Start of Block
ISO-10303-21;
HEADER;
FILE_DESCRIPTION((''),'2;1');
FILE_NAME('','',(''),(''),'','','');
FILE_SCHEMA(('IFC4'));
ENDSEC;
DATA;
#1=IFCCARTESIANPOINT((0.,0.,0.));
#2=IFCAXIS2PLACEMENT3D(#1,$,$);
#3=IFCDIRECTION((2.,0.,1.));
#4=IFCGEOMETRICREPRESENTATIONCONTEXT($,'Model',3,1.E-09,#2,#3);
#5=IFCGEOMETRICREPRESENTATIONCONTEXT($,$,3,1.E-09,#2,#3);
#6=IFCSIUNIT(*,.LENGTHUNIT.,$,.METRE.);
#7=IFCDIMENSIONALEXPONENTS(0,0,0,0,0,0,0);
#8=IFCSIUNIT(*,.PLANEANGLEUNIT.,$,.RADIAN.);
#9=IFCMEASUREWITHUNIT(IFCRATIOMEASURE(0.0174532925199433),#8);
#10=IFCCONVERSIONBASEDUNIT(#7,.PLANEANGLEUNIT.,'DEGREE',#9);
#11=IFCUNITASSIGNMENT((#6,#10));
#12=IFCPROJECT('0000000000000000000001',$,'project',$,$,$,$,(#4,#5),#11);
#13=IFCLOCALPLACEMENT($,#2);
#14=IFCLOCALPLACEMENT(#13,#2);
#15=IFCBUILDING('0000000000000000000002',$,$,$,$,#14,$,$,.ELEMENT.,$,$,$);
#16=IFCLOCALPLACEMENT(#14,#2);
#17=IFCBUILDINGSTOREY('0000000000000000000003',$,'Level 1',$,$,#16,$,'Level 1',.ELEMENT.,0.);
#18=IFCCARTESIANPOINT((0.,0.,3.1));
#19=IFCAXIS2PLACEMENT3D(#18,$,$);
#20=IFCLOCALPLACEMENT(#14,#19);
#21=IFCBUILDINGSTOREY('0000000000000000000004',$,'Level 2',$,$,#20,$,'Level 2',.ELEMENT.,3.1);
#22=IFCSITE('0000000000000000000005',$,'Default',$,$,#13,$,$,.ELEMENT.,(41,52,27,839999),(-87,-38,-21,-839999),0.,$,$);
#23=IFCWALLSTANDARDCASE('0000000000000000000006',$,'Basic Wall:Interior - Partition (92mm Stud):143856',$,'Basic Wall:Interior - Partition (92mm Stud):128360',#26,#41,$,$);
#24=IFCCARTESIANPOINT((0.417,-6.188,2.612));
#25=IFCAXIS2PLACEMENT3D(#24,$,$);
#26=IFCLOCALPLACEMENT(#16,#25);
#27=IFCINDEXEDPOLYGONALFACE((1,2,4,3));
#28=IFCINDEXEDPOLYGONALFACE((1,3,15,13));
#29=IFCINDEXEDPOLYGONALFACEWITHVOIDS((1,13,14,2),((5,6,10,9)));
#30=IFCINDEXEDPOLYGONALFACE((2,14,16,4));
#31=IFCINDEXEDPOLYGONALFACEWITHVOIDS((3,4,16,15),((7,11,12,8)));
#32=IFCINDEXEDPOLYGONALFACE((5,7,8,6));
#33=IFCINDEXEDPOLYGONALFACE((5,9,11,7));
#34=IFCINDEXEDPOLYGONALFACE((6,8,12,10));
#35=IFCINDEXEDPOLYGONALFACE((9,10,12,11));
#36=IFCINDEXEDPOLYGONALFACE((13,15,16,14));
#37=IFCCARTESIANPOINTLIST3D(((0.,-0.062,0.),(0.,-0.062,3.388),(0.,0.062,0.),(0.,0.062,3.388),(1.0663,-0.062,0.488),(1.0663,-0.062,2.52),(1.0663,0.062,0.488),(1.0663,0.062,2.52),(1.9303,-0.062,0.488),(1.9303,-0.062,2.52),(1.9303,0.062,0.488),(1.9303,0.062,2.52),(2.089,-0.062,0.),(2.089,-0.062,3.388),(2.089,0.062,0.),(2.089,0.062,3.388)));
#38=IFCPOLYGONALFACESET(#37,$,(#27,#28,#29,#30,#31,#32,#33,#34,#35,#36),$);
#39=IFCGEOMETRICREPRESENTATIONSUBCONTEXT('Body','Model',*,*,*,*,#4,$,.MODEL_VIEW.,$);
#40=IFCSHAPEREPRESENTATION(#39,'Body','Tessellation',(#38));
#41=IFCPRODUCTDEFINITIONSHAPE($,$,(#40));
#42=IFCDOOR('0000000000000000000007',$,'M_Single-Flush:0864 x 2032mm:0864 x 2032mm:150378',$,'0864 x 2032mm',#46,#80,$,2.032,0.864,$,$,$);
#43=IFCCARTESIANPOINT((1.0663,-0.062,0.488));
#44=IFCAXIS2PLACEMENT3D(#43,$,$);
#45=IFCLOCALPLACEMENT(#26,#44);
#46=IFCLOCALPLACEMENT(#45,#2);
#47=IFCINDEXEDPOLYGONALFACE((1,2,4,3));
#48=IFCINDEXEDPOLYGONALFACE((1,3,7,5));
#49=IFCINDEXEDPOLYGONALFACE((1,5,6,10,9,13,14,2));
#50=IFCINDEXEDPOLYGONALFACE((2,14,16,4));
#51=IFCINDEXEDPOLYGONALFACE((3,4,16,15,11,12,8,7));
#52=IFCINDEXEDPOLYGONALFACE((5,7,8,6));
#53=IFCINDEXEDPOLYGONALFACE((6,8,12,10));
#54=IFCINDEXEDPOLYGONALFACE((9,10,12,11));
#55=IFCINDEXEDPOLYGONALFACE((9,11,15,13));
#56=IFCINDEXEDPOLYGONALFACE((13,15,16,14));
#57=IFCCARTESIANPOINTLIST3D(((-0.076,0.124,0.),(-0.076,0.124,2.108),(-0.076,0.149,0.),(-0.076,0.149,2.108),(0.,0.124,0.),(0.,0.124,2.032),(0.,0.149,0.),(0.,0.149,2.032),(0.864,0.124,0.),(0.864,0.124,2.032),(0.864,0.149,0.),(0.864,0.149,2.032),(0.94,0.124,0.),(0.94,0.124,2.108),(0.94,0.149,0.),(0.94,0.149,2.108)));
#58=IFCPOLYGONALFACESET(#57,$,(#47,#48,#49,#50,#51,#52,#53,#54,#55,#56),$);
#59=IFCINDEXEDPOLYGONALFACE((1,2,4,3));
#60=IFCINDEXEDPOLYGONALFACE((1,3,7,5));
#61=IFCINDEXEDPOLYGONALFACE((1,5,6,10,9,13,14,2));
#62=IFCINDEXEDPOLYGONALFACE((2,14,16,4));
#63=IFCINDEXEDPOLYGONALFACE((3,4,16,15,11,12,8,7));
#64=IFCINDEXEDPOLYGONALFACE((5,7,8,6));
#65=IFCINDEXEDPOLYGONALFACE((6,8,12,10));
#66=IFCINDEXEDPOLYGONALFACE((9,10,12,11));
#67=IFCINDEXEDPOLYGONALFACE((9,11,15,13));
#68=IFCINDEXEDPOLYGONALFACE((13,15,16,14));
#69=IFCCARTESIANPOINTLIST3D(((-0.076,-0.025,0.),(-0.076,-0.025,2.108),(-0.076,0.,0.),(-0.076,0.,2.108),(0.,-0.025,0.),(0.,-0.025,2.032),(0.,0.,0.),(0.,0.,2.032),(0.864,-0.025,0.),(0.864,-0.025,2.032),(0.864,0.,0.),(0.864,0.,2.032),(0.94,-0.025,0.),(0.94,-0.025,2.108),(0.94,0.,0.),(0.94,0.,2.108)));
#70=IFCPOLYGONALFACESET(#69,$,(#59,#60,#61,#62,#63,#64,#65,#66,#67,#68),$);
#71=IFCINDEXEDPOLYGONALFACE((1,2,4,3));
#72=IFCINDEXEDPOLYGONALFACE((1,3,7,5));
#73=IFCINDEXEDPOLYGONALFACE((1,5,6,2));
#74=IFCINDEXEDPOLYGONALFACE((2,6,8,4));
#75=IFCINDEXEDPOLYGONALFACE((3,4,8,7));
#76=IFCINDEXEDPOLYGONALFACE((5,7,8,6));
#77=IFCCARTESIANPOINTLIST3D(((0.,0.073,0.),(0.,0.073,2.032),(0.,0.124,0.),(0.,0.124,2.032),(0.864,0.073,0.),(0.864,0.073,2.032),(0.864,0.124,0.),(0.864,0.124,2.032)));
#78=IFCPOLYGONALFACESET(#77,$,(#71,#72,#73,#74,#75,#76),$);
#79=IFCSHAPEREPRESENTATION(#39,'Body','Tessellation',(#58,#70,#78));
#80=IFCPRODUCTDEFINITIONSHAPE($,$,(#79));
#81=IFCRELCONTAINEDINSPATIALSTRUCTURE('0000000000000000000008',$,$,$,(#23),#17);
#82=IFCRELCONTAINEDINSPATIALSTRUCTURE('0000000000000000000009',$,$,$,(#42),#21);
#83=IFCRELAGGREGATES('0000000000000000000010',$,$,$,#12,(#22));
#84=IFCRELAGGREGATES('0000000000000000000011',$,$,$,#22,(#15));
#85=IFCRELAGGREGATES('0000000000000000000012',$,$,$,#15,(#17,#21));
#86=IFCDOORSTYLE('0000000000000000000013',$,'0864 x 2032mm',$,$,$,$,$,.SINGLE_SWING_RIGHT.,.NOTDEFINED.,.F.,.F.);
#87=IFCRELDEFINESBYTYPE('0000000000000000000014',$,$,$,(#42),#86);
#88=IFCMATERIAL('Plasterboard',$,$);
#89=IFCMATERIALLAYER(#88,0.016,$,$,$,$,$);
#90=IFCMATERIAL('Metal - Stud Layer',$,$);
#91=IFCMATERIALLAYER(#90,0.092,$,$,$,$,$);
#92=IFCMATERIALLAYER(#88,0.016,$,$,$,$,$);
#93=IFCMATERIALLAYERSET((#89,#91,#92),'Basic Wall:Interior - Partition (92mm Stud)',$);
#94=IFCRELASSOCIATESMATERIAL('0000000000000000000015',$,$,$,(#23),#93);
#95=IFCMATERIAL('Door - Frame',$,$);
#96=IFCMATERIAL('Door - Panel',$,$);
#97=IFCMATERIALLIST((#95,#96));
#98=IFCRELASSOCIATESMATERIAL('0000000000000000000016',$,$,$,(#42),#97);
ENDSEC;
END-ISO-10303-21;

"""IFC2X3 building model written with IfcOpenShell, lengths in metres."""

from ifc_helpers import new_model, entity, si_unit, converted_unit, direction, frame, frame_2d, origin, origin_2d_with_axis, place, context, subcontext, project, spatial, polyline, rectangle, outline, extrude, source, transform, mapped, material, material_list, layer, layer_set, layer_usage, type_object, type_shapes, element, fill, save


model = new_model("IFC2X3")

# Units and contexts
model_context = context("Model", 3, precision=1e-09, world=origin(), true_north=direction((2.0, 0.0, 1.0)))
context_of_model = context(None, 3, precision=1e-09, world=origin(), true_north=direction((2.0, 0.0, 1.0)))
body_context = subcontext(model_context, "Body", "Model", "MODEL_VIEW")
ifc_project = project(units=[si_unit("LENGTHUNIT", "METRE"), converted_unit("PLANEANGLEUNIT", "DEGREE", entity("IfcRatioMeasure", 0.0174532925199433), si_unit("PLANEANGLEUNIT", "RADIAN"), dimensions=[0, 0, 0, 0, 0, 0, 0])], contexts=[model_context, context_of_model])

# Site, building, storey
site_placement = place(None, origin())
site = spatial("IfcSite", under=ifc_project, at=site_placement, Name="Default", CompositionType="ELEMENT", RefLatitude=(41, 52, 27, 839999), RefLongitude=(-87, -38, -21, -839999), RefElevation=0.0)
building_placement = place(site_placement, origin())
building = spatial("IfcBuilding", under=site, at=building_placement, CompositionType="ELEMENT")
storey_1_placement = place(building_placement, origin())
storey_1 = spatial("IfcBuildingStorey", under=building, at=storey_1_placement, Name="Level 1", LongName="Level 1", CompositionType="ELEMENT", Elevation=0.0)

# Shared definitions
ifc_material_1 = material(Name="Metal - Stud Layer")
ifc_material_2 = material(Name="Plasterboard")
ifc_material_3 = material(Name="Door - Frame")
ifc_material_4 = material(Name="Door - Panel")

# Shared definitions
ifc_layer_1 = layer(ifc_material_2, 0.016)
ifc_layer_2 = layer(ifc_material_1, 0.092)
ifc_layer_3 = layer(ifc_material_2, 0.016)
ifc_layer_set_1 = layer_set([ifc_layer_1, ifc_layer_2, ifc_layer_3], Name="Basic Wall:Interior - Partition (92mm Stud)")

# Wall, opening
ifc_layer_usage_1 = layer_usage(ifc_layer_set_1, "AXIS2", "NEGATIVE", 0.062)
wall_1_placement = place(storey_1_placement, frame((0.417, -6.188, 2.612)))
wall_1 = element("IfcWallStandardCase", 1, at=wall_1_placement, inside=storey_1, material=ifc_layer_usage_1, Name="Basic Wall:Interior - Partition (92mm Stud):143856", ObjectType="Basic Wall:Interior - Partition (92mm Stud):128360", context=body_context, shape_type="SweptSolid", body=[
    extrude(rectangle(XDim=2.089, YDim=0.124, at=frame_2d((1.0445, 0.0), x_axis=(-1.0, 0.0))), origin(), (0.0, 0.0, 1.0), 3.388),
])
opening_1_placement = place(wall_1_placement, frame((1.0663, -0.062, 0.488)))
opening_1 = element("IfcOpeningElement", 2, at=opening_1_placement, cuts=wall_1, ObjectType="Opening", context=body_context, shape_type="SweptSolid", body=[
    extrude(rectangle(XDim=0.864, YDim=2.032, at=frame_2d((1.016, 0.432), x_axis=(0.0, 1.0))), frame((0.0, 0.0, 0.0), z_axis=(0.0, 1.0, 0.0), x_axis=(0.0, 0.0, 1.0)), (0.0, 0.0, 1.0), 0.124),
])

# Shared definitions
storey_2_placement = place(building_placement, frame((0.0, 0.0, 3.1)))
storey_2 = spatial("IfcBuildingStorey", under=building, at=storey_2_placement, Name="Level 2", LongName="Level 2", CompositionType="ELEMENT", Elevation=3.1)

# Door
ifc_material_list_1 = material_list([ifc_material_3, ifc_material_4])
door_style_1 = type_object("IfcDoorStyle", Name="0864 x 2032mm", ConstructionType="NOTDEFINED", OperationType="SINGLE_SWING_RIGHT", ParameterTakesPrecedence=False, Sizeable=False)
shared_shape_1 = source(origin(), body_context, "Body", "SweptSolid", [
    extrude(outline(polyline([(-0.508, -1.073), (0.508, -1.073), (0.508, 1.035), (0.432, 1.035), (0.432, -0.997), (-0.432, -0.997), (-0.432, 1.035), (-0.508, 1.035), (-0.508, -1.073)])), frame((0.432, 0.124, 1.035), z_axis=(0.0, 1.0, 0.0), x_axis=(1.0, 0.0, 0.0)), (0.0, 0.0, 1.0), 0.025),
    extrude(outline(polyline([(-1.073, -0.508), (1.035, -0.508), (1.035, -0.432), (-0.997, -0.432), (-0.997, 0.432), (1.035, 0.432), (1.035, 0.508), (-1.073, 0.508), (-1.073, -0.508)])), frame((0.432, -0.025, 1.035), z_axis=(0.0, 1.0, 0.0), x_axis=(0.0, 0.0, -1.0)), (0.0, 0.0, 1.0), 0.025),
    extrude(rectangle(XDim=0.051, YDim=0.864, at=origin_2d_with_axis()), frame((0.432, 0.0985, 0.0), z_axis=(0.0, 0.0, 1.0), x_axis=(0.0, 1.0, 0.0)), (0.0, 0.0, 1.0), 2.032),
])
type_shapes(door_style_1, [shared_shape_1])
door_1_placement = place(opening_1_placement, origin())
door_1 = element("IfcDoor", 3, at=door_1_placement, inside=storey_2, type_object=door_style_1, material=ifc_material_list_1, Name="M_Single-Flush:0864 x 2032mm:0864 x 2032mm:150378", ObjectType="0864 x 2032mm", OverallHeight=2.032, OverallWidth=0.864, context=body_context, shape_type="MappedRepresentation", body=[
    mapped(shared_shape_1, transform((0.0, 0.0, 0.0), scale=1.0)),
])
fill(opening_1, door_1)

save(model, "model.ifc")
End of Block
What is needed is an exact copy of the lines above, from the one containing "#95=IFCMATERIAL('Door - Frame',$,$);" through the one containing "END-ISO-10303-21;", with nothing added.

* Answer below
#95=IFCMATERIAL('Door - Frame',$,$);
#96=IFCMATERIAL('Door - Panel',$,$);
#97=IFCMATERIALLIST((#95,#96));
#98=IFCRELASSOCIATESMATERIAL('0000000000000000000016',$,$,$,(#42),#97);
ENDSEC;
END-ISO-10303-21;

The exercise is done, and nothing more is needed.